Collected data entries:
::::::::
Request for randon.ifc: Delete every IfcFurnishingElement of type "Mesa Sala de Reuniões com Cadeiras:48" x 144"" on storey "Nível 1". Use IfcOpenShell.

First a look at what the model holds.

```python
import ifcopenshell
import ifcopenshell.util.element

model = ifcopenshell.open("randon.ifc")
print(model.schema)
storey = next(s for s in model.by_type("IfcBuildingStorey") if s.Name == "Nível 1")
furniture = [e for e in ifcopenshell.util.element.get_decomposition(storey) if e.is_a("IfcFurnishingElement")]
seen = {}
for e in furniture:
    element_type = ifcopenshell.util.element.get_type(e)
    name = element_type.Name if element_type not in (None, e) else None
    seen[name] = seen.get(name, 0) + 1
for name, count in sorted(seen.items(), key=str):
    print(count, "x", name)
```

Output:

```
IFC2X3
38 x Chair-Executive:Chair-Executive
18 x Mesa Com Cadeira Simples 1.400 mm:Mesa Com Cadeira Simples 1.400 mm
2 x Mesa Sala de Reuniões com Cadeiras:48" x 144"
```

```python
import ifcopenshell
import ifcopenshell.api.root
import ifcopenshell.util.element

model = ifcopenshell.open("randon.ifc")

storey = next(s for s in model.by_type("IfcBuildingStorey") if s.Name == "Nível 1")
furniture = [e for e in ifcopenshell.util.element.get_decomposition(storey) if e.is_a("IfcFurnishingElement")]
targets = [e for e in furniture if (t := ifcopenshell.util.element.get_type(e)) not in (None, e) and t.Name == 'Mesa Sala de Reuniões com Cadeiras:48" x 144"']

for e in targets:
    ifcopenshell.api.root.remove_product(model, product=e)
print(len(targets), "removed")

model.write("randon_edited.ifc")
```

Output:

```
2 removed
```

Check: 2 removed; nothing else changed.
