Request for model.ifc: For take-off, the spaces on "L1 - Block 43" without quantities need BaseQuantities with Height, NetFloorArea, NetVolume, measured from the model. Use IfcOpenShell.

First a look at what the model holds.

```python
import ifcopenshell
import ifcopenshell.util.element
import ifcopenshell.util.unit

model = ifcopenshell.open("model.ifc")
print(model.schema)
for unit_type in ("LENGTHUNIT", "AREAUNIT", "VOLUMEUNIT"):
    print(unit_type, ifcopenshell.util.unit.calculate_unit_scale(model, unit_type))
storey = next(s for s in model.by_type("IfcBuildingStorey") if s.Name == "L1 - Block 43")
spaces = [e for e in ifcopenshell.util.element.get_decomposition(storey) if e.is_a("IfcSpace")]
for e in sorted(spaces, key=lambda e: e.id()):
    print(e.id(), e.is_a(), e.Name, list(ifcopenshell.util.element.get_psets(e, qtos_only=True)), sep=" | ")
```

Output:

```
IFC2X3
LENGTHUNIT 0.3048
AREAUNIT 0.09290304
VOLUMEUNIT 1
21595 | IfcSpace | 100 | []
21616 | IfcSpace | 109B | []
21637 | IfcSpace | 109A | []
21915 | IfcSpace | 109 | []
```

```python
import ifcopenshell
import ifcopenshell.api.pset
import ifcopenshell.geom
import ifcopenshell.util.element
import ifcopenshell.util.shape
import ifcopenshell.util.unit

model = ifcopenshell.open("model.ifc")
unit_scale = ifcopenshell.util.unit.calculate_unit_scale(model)
area_scale = ifcopenshell.util.unit.calculate_unit_scale(model, "AREAUNIT")
volume_scale = ifcopenshell.util.unit.calculate_unit_scale(model, "VOLUMEUNIT")
settings = ifcopenshell.geom.settings()

storey = next(s for s in model.by_type("IfcBuildingStorey") if s.Name == "L1 - Block 43")
spaces = [e for e in ifcopenshell.util.element.get_decomposition(storey) if e.is_a("IfcSpace")]

for e in sorted(spaces, key=lambda e: e.id()):
    if ifcopenshell.util.element.get_psets(e, qtos_only=True, should_inherit=False):
        continue
    # Geometry comes back in metres, in the element's own axes.
    shape = ifcopenshell.geom.create_shape(settings, e)
    values = {
        "Height": ifcopenshell.util.shape.get_z(shape.geometry) / unit_scale,
        "NetFloorArea": ifcopenshell.util.shape.get_footprint_area(shape.geometry) / area_scale,
        "NetVolume": ifcopenshell.util.shape.get_volume(shape.geometry) / volume_scale,
    }
    qto = ifcopenshell.api.pset.add_qto(model, product=e, name="BaseQuantities")
    ifcopenshell.api.pset.edit_qto(model, qto=qto, properties=values)
    print(e.id(), {k: round(v, 3) for k, v in values.items()})

model.write("model-out.ifc")
```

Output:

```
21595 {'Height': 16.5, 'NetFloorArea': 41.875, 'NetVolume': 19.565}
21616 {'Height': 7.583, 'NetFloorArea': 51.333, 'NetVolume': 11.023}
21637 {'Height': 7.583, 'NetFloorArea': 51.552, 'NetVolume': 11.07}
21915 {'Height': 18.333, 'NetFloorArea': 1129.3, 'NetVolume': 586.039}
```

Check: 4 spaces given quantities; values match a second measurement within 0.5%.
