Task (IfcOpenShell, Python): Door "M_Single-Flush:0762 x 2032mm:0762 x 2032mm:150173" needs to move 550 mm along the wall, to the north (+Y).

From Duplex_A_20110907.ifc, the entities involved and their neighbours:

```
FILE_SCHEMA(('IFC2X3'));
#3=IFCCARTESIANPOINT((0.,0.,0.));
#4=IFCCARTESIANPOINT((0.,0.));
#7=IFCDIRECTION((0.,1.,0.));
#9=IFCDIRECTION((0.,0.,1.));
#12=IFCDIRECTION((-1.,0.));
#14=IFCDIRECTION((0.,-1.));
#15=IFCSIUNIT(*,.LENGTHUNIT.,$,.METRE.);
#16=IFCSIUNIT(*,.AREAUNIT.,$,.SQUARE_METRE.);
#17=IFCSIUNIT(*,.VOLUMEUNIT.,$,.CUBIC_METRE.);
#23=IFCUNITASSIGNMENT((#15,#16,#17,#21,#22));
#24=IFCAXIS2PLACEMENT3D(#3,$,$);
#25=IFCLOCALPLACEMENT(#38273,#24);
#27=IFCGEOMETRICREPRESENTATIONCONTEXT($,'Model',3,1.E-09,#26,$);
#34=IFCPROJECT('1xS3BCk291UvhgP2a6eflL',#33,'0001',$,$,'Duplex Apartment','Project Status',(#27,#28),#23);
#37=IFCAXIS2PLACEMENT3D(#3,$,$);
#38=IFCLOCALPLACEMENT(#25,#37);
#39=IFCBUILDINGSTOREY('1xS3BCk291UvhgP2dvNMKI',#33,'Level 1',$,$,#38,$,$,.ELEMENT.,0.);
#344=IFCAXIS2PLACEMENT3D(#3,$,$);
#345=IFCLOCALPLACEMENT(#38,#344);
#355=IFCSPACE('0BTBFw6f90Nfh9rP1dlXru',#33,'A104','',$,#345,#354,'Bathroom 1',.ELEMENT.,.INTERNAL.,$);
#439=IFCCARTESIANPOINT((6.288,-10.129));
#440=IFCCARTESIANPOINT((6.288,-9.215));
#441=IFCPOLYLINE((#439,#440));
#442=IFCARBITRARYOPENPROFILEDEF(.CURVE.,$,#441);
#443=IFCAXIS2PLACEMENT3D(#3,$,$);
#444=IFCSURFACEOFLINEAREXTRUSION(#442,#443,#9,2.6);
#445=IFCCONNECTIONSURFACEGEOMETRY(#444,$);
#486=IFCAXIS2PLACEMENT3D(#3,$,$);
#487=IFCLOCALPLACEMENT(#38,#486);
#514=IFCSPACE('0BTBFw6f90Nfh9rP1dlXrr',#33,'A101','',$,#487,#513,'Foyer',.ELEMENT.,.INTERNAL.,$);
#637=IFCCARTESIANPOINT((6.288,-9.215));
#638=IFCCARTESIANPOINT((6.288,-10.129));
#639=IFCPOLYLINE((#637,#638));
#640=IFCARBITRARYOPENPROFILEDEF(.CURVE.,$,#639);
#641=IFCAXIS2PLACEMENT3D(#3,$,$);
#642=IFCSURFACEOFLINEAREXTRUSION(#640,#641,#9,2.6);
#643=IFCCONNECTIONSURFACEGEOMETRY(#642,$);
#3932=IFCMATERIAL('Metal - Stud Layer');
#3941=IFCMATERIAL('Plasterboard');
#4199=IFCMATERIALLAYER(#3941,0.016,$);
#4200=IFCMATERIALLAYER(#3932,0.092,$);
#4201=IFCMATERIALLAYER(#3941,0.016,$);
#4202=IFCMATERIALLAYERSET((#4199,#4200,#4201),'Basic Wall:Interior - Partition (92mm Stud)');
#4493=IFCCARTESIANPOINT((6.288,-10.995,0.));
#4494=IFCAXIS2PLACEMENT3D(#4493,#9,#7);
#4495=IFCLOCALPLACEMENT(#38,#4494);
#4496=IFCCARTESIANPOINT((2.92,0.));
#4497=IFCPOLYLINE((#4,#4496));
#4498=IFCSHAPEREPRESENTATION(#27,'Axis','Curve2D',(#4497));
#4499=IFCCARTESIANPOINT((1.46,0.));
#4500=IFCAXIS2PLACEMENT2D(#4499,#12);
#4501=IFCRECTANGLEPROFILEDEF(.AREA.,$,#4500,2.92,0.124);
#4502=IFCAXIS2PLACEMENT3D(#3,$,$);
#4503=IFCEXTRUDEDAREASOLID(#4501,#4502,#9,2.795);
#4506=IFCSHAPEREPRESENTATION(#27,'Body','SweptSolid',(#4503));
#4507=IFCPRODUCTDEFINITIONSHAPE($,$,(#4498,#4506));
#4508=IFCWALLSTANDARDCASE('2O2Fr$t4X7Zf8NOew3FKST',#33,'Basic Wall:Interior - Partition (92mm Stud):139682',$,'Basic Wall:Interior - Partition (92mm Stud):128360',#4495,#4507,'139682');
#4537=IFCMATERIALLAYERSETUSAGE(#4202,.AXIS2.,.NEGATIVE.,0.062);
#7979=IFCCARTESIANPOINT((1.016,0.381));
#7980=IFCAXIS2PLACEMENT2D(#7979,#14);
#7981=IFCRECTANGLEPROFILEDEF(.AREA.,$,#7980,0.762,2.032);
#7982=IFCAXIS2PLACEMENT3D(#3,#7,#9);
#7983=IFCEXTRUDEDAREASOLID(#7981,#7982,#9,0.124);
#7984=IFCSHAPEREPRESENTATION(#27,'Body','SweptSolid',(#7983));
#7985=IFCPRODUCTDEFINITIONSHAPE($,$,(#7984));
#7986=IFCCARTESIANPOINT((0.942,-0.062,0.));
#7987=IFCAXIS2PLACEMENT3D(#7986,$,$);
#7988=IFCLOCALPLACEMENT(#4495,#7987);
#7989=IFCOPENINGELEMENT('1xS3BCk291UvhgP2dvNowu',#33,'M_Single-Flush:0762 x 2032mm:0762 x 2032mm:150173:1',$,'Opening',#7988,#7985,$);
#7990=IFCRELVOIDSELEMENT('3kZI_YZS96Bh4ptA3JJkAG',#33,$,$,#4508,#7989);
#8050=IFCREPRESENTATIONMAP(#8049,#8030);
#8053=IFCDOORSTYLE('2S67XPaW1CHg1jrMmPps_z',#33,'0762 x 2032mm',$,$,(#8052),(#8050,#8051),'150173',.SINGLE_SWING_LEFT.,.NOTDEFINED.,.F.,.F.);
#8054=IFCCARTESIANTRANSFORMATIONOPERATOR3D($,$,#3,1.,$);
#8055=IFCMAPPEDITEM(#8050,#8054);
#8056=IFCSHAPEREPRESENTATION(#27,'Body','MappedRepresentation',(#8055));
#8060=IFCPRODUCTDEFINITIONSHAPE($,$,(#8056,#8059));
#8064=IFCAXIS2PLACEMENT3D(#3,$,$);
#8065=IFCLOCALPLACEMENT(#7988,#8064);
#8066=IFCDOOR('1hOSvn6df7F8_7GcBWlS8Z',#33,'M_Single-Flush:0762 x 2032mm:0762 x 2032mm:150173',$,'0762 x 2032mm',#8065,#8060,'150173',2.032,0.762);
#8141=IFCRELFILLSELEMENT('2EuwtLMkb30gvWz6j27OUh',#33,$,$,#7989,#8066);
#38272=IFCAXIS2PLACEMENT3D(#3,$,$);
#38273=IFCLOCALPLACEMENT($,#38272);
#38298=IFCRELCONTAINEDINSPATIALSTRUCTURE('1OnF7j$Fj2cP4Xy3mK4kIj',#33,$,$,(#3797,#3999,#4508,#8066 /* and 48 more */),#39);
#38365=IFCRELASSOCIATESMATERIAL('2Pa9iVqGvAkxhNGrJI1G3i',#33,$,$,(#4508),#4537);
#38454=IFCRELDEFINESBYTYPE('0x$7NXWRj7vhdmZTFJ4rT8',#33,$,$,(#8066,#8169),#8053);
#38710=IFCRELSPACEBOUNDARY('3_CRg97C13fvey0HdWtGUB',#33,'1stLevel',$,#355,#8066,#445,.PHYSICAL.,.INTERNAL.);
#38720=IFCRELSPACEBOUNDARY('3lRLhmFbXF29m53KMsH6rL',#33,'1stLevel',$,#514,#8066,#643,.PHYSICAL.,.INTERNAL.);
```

```python
import numpy as np
import ifcopenshell
import ifcopenshell.api.geometry
import ifcopenshell.util.placement

model = ifcopenshell.open("Duplex_A_20110907.ifc")

door = model.by_guid("1hOSvn6df7F8_7GcBWlS8Z")
opening = door.FillsVoids[0].RelatingOpeningElement
wall = opening.VoidsElements[0].RelatingBuildingElement

wall_matrix = ifcopenshell.util.placement.get_local_placement(wall.ObjectPlacement)
shift = wall_matrix[:3, 0] * 0.55
before = ifcopenshell.util.placement.get_local_placement(door.ObjectPlacement)[:3, 3].copy()

# The door is placed relative to its opening, so it follows when the opening moves.
matrix = ifcopenshell.util.placement.get_local_placement(opening.ObjectPlacement)
matrix[:3, 3] += shift
ifcopenshell.api.geometry.edit_object_placement(
    model, product=opening, matrix=matrix, is_si=False, should_transform_children=True
)

# Space boundary surfaces are stored in each space's coordinates; move them too.
for rel in door.ProvidesBoundaries:
    if not rel.ConnectionGeometry:
        continue
    surface = rel.ConnectionGeometry.SurfaceOnRelatingElement
    space_matrix = ifcopenshell.util.placement.get_local_placement(rel.RelatingSpace.ObjectPlacement)
    point = np.array(surface.Position.Location.Coordinates) + space_matrix[:3, :3].T @ shift
    surface.Position = model.createIfcAxis2Placement3D(
        model.createIfcCartesianPoint(point.tolist()), surface.Position.Axis, surface.Position.RefDirection
    )

after = ifcopenshell.util.placement.get_local_placement(door.ObjectPlacement)[:3, 3]
print("door moved by", (after - before).round(3) + 0.0)

model.write("Duplex_A_20110907_rev.ifc")
```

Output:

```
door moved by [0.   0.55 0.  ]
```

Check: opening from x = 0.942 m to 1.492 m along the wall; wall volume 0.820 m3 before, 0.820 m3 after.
::::::::
**What this task involves**
Count every line above that includes the string "IFCARBITRARYOPENPROFILEDEF", and answer with the count only.

**Your response**
2